Tommy Bridges, whose major league career spanned 16 season all with the Detroit Tigers, was born in Gordonsville, Tennessee on December 28, 1906. A pitcher who finished with a 194-138 lifetime record, Bridges also had a 50-36 lifetime minor league record with five teams in six seasons.
Upon joining Detroit in 1930, the first batter he faced was Babe Ruth who grounded out on Bridges’ first major league pitch; Bridges then proceeded to strike out Lou Gehrig.
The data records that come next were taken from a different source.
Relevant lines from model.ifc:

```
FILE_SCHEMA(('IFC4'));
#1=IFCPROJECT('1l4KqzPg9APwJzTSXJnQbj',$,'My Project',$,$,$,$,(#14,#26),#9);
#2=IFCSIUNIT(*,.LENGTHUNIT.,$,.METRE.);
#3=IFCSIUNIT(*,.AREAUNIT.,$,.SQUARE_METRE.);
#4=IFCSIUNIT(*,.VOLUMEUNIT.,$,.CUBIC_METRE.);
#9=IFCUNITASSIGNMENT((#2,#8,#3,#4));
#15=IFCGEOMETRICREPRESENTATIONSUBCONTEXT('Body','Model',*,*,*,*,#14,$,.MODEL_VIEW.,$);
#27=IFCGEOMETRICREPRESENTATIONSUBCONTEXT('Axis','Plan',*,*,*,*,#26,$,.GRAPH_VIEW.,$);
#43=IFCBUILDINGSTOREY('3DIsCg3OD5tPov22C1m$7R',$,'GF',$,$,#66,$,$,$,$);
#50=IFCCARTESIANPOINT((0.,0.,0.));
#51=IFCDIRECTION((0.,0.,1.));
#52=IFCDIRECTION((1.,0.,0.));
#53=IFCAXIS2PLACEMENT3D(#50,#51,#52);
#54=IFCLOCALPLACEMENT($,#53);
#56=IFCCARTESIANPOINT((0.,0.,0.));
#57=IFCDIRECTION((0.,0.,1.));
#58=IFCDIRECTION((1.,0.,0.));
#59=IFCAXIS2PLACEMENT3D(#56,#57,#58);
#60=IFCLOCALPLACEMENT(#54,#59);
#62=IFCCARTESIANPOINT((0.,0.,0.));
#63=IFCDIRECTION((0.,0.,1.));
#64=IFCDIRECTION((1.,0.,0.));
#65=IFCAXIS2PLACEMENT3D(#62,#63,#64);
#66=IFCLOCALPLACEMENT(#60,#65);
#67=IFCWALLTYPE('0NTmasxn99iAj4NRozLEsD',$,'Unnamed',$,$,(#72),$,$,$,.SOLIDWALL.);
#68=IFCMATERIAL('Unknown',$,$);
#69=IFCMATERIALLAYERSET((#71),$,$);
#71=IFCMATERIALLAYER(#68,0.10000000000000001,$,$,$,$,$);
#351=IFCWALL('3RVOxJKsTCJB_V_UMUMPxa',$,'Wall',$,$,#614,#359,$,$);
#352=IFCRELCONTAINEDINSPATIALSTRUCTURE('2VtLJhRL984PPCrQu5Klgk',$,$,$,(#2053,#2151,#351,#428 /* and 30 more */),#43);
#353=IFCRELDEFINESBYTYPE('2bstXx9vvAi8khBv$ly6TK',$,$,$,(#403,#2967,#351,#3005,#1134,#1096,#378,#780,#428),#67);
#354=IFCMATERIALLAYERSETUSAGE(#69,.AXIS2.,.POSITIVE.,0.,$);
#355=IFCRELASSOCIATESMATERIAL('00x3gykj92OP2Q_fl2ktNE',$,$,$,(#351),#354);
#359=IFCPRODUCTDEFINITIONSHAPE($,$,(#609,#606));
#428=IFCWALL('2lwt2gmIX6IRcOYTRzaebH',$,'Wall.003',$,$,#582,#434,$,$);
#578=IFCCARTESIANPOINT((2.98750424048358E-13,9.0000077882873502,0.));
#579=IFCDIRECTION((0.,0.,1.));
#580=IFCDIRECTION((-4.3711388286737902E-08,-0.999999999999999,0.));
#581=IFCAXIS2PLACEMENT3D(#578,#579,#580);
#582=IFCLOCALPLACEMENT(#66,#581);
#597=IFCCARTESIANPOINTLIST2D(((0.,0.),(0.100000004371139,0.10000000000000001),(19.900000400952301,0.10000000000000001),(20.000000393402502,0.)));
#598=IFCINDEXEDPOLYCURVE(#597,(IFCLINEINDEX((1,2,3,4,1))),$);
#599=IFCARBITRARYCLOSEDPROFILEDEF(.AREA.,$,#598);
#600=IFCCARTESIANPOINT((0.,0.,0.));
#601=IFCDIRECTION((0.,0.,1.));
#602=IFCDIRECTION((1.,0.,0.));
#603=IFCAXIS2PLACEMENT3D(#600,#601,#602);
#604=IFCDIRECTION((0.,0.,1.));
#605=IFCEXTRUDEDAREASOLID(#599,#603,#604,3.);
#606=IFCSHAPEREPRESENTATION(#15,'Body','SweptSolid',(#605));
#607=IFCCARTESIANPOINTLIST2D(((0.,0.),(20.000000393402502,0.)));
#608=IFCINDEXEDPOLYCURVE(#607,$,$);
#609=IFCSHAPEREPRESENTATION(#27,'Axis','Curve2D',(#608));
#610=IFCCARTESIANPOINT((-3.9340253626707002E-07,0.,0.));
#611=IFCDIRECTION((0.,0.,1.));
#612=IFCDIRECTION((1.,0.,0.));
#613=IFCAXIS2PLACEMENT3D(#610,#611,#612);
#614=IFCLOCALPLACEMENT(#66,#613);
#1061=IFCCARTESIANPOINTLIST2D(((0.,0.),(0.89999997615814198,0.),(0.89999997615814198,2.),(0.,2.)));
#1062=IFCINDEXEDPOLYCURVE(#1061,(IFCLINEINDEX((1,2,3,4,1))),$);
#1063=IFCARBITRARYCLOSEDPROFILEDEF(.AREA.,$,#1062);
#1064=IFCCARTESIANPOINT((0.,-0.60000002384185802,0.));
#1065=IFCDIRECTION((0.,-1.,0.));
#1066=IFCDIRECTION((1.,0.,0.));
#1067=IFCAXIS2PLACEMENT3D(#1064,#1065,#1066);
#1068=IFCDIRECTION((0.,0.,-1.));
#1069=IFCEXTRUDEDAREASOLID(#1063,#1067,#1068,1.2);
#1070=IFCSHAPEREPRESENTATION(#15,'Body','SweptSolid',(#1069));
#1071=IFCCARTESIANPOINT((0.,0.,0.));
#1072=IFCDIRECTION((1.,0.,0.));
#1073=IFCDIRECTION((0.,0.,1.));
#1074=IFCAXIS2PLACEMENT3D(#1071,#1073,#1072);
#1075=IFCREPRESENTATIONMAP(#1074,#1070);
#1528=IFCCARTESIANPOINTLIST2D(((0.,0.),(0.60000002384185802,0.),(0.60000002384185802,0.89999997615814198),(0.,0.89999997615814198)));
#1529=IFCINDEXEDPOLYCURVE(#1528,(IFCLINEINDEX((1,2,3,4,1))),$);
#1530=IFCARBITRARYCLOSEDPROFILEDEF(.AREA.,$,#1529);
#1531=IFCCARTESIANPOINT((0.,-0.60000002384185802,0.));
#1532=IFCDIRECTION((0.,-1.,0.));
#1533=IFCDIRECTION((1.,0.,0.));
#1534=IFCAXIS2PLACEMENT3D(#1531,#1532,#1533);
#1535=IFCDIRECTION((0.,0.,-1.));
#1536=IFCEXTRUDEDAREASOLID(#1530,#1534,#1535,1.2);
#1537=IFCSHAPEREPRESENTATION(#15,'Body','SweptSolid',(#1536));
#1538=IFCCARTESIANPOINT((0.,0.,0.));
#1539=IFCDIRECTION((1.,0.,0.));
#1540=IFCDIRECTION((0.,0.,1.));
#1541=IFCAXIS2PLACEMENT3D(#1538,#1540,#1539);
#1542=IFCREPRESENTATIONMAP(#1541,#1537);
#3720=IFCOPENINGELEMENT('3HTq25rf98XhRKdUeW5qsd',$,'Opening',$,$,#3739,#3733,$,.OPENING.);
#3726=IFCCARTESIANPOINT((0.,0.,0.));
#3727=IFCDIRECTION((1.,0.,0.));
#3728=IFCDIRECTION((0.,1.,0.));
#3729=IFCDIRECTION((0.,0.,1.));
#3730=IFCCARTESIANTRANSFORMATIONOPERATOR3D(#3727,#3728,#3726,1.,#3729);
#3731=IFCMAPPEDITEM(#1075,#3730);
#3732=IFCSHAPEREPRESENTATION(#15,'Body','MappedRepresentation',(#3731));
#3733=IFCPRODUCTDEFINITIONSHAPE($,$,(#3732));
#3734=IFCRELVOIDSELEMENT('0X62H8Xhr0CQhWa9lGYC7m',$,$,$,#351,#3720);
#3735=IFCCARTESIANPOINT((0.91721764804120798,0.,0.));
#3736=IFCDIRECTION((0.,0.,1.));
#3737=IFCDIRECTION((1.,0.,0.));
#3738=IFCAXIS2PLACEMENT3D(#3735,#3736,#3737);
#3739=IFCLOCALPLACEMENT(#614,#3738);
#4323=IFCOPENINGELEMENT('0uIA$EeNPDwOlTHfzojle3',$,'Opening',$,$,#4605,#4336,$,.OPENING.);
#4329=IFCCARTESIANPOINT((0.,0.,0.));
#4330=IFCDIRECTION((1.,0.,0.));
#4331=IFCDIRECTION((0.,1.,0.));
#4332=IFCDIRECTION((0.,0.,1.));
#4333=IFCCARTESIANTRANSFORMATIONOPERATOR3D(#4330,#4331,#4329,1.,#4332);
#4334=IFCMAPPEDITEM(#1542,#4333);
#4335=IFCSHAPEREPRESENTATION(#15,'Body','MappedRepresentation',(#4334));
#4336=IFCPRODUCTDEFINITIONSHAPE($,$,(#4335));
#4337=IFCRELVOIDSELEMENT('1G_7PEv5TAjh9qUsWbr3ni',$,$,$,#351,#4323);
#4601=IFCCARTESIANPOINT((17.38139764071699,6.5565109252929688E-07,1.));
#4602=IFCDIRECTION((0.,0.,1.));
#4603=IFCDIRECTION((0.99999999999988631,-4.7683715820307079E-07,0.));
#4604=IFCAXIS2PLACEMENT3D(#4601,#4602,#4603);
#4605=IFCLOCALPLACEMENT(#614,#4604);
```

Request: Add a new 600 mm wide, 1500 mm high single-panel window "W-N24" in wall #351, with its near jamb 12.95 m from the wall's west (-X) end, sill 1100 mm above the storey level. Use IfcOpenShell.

```python
import numpy as np
import ifcopenshell
import ifcopenshell.api.feature
import ifcopenshell.api.geometry
import ifcopenshell.api.root
import ifcopenshell.api.spatial
import ifcopenshell.geom
import ifcopenshell.util.element
import ifcopenshell.util.placement
import ifcopenshell.util.representation
import ifcopenshell.util.shape
import ifcopenshell.util.unit

model = ifcopenshell.open("model.ifc")
unit_scale = ifcopenshell.util.unit.calculate_unit_scale(model)
settings = ifcopenshell.geom.settings()


def volume(element):
    """Net volume in cubic metres, openings subtracted."""
    shape = ifcopenshell.geom.create_shape(settings, element)
    return ifcopenshell.util.shape.get_volume(shape.geometry)


wall = model.by_guid("3RVOxJKsTCJB_V_UMUMPxa")
storey = ifcopenshell.util.element.get_container(wall, ifc_class="IfcBuildingStorey")
context = ifcopenshell.util.representation.get_context(model, "Model", "Body", "MODEL_VIEW")
before = volume(wall)

width, height, from_end, sill = 0.6, 1.5, 12.95, 1.1  # metres

# The wall runs along its own X axis, and the end named is its -X end.
wall_shape = ifcopenshell.geom.create_shape(settings, wall)
x, y, z = ifcopenshell.util.shape.get_vertices(wall_shape.geometry).T
start = x.min() + from_end
face, thickness = float(y.min()), float(y.max() - y.min())
wall_matrix = ifcopenshell.util.placement.get_local_placement(wall.ObjectPlacement)
level = ifcopenshell.util.placement.get_local_placement(storey.ObjectPlacement)[2, 3]


def in_wall(x, y):
    """Placement at x, y metres in the wall's axes, at sill height."""
    matrix = wall_matrix.copy()
    matrix[:, 3] = wall_matrix @ np.array([x / unit_scale, y / unit_scale, 0.0, 1.0])
    matrix[2, 3] = level + sill / unit_scale
    return matrix


# Opening: a box that overshoots both wall faces by 50 mm.
opening = ifcopenshell.api.root.create_entity(model, ifc_class="IfcOpeningElement", predefined_type="OPENING")
box = ifcopenshell.api.geometry.add_wall_representation(
    model, context=context, length=width, height=height, thickness=thickness + 0.1
)
ifcopenshell.api.geometry.assign_representation(model, product=opening, representation=box)
ifcopenshell.api.geometry.edit_object_placement(model, product=opening, matrix=in_wall(start, face - 0.05), is_si=False)
ifcopenshell.api.feature.add_feature(model, feature=opening, element=wall)

window = ifcopenshell.api.root.create_entity(model, ifc_class="IfcWindow", name="W-N24", predefined_type="WINDOW")
window.OverallWidth, window.OverallHeight = width / unit_scale, height / unit_scale
window.PartitioningType = "SINGLE_PANEL"
body = ifcopenshell.api.geometry.add_window_representation(
    model,
    context=context,
    overall_width=window.OverallWidth,
    overall_height=window.OverallHeight,
    partition_type="SINGLE_PANEL",
)
ifcopenshell.api.geometry.assign_representation(model, product=window, representation=body)
ifcopenshell.api.spatial.assign_container(model, products=[window], relating_structure=storey)
ifcopenshell.api.feature.add_filling(model, opening=opening, element=window)

# Centre the window in the wall's thickness.
ifcopenshell.api.geometry.edit_object_placement(model, product=window, matrix=in_wall(start, face), is_si=False)
window_shape = ifcopenshell.geom.create_shape(settings, window)
depth = ifcopenshell.util.shape.get_vertices(window_shape.geometry)[:, 1]
offset = face + thickness / 2 - (depth.min() + depth.max()) / 2
ifcopenshell.api.geometry.edit_object_placement(model, product=window, matrix=in_wall(start, offset), is_si=False)

after = volume(wall)

print(f"wall volume {before:.3f} -> {after:.3f} m3")

model.write("model_edited.ifc")
```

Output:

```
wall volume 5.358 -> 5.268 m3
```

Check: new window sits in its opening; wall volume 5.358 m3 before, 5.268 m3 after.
On August 5, 1932 Bridges came within one out of pitching a perfect game.
In 1934 he gave up Ruth’s 700th lifetime home run.
A six-time All Star selection, his 23 wins and 175 strikeouts led the league in 1936, and led by his well-known curveball. Bridges was named the No. 2 sports hero of 1935 in a nationwide poll behind Notre Dame football player Andy Pilney.
Bridges played in the 1934, 1935, 1940, and 1945 World Series for Detroit. He became a scout and coach for the Cincinnati Reds in 1951 and was later a scout for the Tigers and the New York Mets.
Bridges passed away in Nashville, Tennessee in 1968 at the age of 61 and is buried in Ridgewood Cemetery in Carthage, Tennessee.